To help us explain the concept of the depth-based filtering, consider the following model that we will use when showing implementation examples:

    container basket {
      leaf name {
        type string;
      }

      leaf-list contents {
        type string;
      }

      list fruits {
        key "name";

        leaf name {
          type string;
        }

        leaf-list colors {
          type string;
        }

        leaf size {
          type string;
        }

        container origin {
          leaf country {
            type string;
          }

          leaf city {
            type string;
          }
        }
      }

      container description {
        leaf fabric {
          type string;
        }

      }
      container broken {
        presence "This container is broken";
        leaf reason {
          type string;
        }
      }
    }

It's tree representation:

module: app
  +--rw basket
     +--rw name?          string
     +--rw contents*      string
     +--rw fruits* [name]
     |  +--rw name      string
     |  +--rw colors*   string
     |  +--rw size?     string
     |  +--rw origin
     |     +--rw country?   string
     |     +--rw city?      string
     +--rw description
     |  +--rw fabric?   string
     +--rw broken!
        +--rw reason?   string

We populate this data schema with the following values:

    basket {
        contents [
            fruits
            vegetables
        ]
        fruits apples {
            size XL
            colors [
                red
                yellow
            ]
            origin {
                country NL
                city Amsterdam
            }
        }
        fruits orange {
            size M
        }
        description {
            fabric cotton
        }
        broken {
            reason "too heavy"
        }
    }

3 Concepts

The Depth extension allows clients to specify the depth of the subtree to be returned in the response. The depth is specified as the number of levels below the specified path.

The extension itself has a single field that controls the depth level:

message Depth {
  uint32 level = 1;
}

3.1 Depth level values

3.1.1 Value 0

Depth value of 0 means no depth limit and behaves the same as if the extension was not specified at all.

3.1.2 Value 1

Value of 1 means only the specified path and its direct children will be returned. See Children section for more info.

3.1.2 Value of N+

Value of N+ where N>1 means all elements of the specified path up to N level and direct children of N-th level.

3.2 Children nodes

The Depth extension operates the value of "direct children of a schema node". What we understand by direct children:

1. leafs
2. leaf-lists

Only these elements are to be returned if depth extension with non-0 value is specified for a specified depth level.

3.3 RPC support

The Depth extension applies to Get and Subscribe requests only. When used with Capability and Set RPC the server should return an error.

4 Examples

Using the data model from Section 2 we will run through a set of examples using the patched version of openconfig/gnmic client with the added Depth extension support. We can provide the patched gnmic binary for Linux x86_84 if you want to try it out.

4.1 depth 1, path /basket

The most common way to use the depth extension (as we see it) is to use it with level=1. This gets you the immediate child nodes of the schema node targeted by a path.

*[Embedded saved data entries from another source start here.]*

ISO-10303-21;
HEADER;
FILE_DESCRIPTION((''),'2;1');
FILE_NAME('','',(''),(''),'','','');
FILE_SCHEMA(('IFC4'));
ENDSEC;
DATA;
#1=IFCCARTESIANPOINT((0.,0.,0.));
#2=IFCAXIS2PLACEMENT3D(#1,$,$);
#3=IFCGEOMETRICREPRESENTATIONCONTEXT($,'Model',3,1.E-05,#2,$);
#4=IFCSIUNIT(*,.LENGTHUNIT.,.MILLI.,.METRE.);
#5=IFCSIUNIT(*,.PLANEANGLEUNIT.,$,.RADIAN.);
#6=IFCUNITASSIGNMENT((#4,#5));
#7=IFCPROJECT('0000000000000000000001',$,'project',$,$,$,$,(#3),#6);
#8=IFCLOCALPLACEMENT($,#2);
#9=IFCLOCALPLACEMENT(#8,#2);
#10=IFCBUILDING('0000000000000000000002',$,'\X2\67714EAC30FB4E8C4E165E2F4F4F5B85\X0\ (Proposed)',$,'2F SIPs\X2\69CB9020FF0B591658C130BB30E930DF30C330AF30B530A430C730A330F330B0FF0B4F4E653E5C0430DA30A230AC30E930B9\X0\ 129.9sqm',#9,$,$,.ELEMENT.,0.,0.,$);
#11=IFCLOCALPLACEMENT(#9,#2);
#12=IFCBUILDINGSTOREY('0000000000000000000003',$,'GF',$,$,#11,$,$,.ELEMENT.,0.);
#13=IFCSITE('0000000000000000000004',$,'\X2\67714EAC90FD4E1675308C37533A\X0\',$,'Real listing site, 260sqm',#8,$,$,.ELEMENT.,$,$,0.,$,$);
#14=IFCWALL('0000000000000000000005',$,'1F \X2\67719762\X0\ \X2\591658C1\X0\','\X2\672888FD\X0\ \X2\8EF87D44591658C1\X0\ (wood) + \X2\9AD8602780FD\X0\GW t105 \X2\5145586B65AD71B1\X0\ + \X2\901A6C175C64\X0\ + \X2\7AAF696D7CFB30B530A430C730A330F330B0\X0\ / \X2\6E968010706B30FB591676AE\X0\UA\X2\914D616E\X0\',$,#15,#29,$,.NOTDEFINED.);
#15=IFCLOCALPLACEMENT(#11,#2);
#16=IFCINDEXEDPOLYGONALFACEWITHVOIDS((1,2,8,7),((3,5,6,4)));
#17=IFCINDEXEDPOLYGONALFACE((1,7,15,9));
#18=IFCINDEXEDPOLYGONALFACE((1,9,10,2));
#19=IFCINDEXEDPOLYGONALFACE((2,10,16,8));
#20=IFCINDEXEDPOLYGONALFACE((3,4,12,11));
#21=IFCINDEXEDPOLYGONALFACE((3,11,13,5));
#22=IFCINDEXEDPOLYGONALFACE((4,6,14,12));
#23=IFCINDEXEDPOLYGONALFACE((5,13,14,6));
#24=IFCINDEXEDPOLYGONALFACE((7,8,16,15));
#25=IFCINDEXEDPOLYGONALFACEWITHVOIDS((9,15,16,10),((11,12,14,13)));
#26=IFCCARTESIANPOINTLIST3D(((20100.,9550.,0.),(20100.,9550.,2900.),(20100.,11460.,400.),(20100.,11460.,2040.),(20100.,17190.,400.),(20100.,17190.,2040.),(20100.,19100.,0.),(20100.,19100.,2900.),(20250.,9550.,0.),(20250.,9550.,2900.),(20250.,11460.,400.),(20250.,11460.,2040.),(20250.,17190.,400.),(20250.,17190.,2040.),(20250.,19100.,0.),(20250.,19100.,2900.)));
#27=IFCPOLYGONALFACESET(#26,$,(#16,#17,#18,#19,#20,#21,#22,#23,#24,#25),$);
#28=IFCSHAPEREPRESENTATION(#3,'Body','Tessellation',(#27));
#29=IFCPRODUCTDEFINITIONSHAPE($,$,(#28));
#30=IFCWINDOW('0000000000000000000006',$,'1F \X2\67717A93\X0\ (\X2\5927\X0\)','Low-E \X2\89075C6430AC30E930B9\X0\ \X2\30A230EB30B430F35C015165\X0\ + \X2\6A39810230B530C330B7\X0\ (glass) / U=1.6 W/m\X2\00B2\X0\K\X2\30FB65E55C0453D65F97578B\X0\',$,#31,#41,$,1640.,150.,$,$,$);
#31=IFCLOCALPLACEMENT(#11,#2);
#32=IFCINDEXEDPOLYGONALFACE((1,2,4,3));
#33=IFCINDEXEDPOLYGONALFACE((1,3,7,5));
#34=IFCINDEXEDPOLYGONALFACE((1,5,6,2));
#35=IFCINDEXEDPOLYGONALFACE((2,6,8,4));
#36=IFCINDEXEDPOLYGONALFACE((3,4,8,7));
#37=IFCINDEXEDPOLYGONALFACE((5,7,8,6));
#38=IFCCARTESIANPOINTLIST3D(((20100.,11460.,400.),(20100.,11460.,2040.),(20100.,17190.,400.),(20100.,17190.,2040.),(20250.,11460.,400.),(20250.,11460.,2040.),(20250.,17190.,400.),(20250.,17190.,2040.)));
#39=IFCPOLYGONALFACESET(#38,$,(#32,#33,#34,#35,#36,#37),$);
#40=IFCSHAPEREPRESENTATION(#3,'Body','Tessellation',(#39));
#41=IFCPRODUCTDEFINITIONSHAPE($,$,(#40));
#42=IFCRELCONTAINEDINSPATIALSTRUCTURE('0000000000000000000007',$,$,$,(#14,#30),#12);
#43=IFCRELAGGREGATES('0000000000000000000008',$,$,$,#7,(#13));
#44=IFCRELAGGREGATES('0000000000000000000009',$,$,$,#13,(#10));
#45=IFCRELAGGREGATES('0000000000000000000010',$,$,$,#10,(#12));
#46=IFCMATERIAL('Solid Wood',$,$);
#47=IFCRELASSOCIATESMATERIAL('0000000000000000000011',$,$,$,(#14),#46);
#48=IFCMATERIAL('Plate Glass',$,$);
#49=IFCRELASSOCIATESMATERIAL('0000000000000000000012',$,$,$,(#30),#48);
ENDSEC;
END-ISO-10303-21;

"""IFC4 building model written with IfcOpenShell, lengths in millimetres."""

from ifc_helpers import new_model, si_unit, frame, frame_2d, origin, place, context, project, spatial, rectangle, extrude, material, element, fill, save


model = new_model("IFC4")

# Units and contexts
model_context = context("Model", 3, precision=1e-05, world=origin())
ifc_project = project(units=[si_unit("LENGTHUNIT", "METRE", prefix="MILLI"), si_unit("PLANEANGLEUNIT", "RADIAN")], contexts=[model_context])

# Site, building, storey
site_placement = place(None, origin())
site = spatial("IfcSite", under=ifc_project, at=site_placement, Name="東京都世田谷区", ObjectType="Real listing site, 260sqm", CompositionType="ELEMENT", RefElevation=0.0)
building_placement = place(site_placement, origin())
building = spatial("IfcBuilding", under=site, at=building_placement, Name="東京・二世帯住宅 (Proposed)", ObjectType="2F SIPs構造＋外壁セラミックサイディング＋低放射ペアガラス 129.9sqm", CompositionType="ELEMENT", ElevationOfRefHeight=0.0, ElevationOfTerrain=0.0)
storey_placement = place(building_placement, origin())
storey = spatial("IfcBuildingStorey", under=building, at=storey_placement, Name="GF", CompositionType="ELEMENT", Elevation=0.0)

# Shared definitions
ifc_material_1 = material(Name="Solid Wood")

# Wall, opening, window
wall_1_placement = place(storey_placement, frame((10050.0, 4775.0, 0.0)))
wall_1 = element("IfcWall", 1, at=wall_1_placement, inside=storey, material=ifc_material_1, Name="1F 東面 外壁", Description="木製 軸組外壁 (wood) + 高性能GW t105 充填断熱 + 通気層 + 窯業系サイディング / 準耐火・外皮UA配慮", PredefinedType="NOTDEFINED", context=model_context, shape_type="SweptSolid", body=[
    extrude(rectangle(XDim=150.0, YDim=9550.0, at=frame_2d((75.0, 4775.0))), frame((10050.0, 4775.0, 0.0)), (0.0, 0.0, 1.0), 2900.0),
])
opening_1_placement = place(storey_placement, frame((10050.0, 5730.0, 200.0)))
opening_1 = element("IfcOpeningElement", 2, at=opening_1_placement, cuts=wall_1, PredefinedType="NOTDEFINED", context=model_context, shape_type="SweptSolid", body=[
    extrude(rectangle(XDim=150.0, YDim=5730.0, at=frame_2d((75.0, 2865.0))), frame((10050.0, 5730.0, 200.0)), (0.0, 0.0, 1.0), 1640.0),
])
ifc_material_2 = material(Name="Plate Glass")
window_1_placement = place(storey_placement, frame((10050.0, 5730.0, 200.0)))
window_1 = element("IfcWindow", 3, at=window_1_placement, inside=storey, material=ifc_material_2, Name="1F 東窓 (大)", Description="Low-E 複層ガラス アルゴン封入 + 樹脂サッシ (glass) / U=1.6 W/m²K・日射取得型", OverallHeight=1640.0, OverallWidth=150.0, context=model_context, shape_type="SweptSolid", body=[
    extrude(rectangle(XDim=150.0, YDim=5730.0, at=frame_2d((75.0, 2865.0))), frame((10050.0, 5730.0, 200.0)), (0.0, 0.0, 1.0), 1640.0),
])
fill(opening_1, window_1)

save(model, "model.ifc")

Consider the following gnmic command targeting /basket path:

$ gnmic -e json_ietf get --path /basket --depth 1

[
  {
    "contents": [
      "fruits",
      "vegetables"
    ]
  }
]

As per the design, only the leaf and leaf-list nodes are returned. Since our /basket container has only leaf-list elements (no leafs) a single element contents is returned.

You can see how this makes it possible to reduce the amount of data extracted by the server and sent over the wire. Many applications might require fetching only leaf values of a certain container to make some informed decision without requiring any of the nested data.

4.2 depth 1, path /basket/fruits

When the path targets the list schema node, all elements of this list is returned with their children nodes

$ gnmic -e json_ietf get --path /basket/fruits --depth 1

[
  {
    "fruits": [
      {
        "colors": [
          "red",
          "yellow"
        ],
        "name": "apples",
        "size": "XL"
      },
      {
        "name": "orange",
        "size": "M"
      }
    ]
  }
]

Again, please keep in mind that only leafs and leaf-lists are returned for every list element.

4.3 depth 2, path /basket

When the depth level is set to values >1, all elements from the path to the provided level value are returned in full with the last level including only leafs and leaf-lists.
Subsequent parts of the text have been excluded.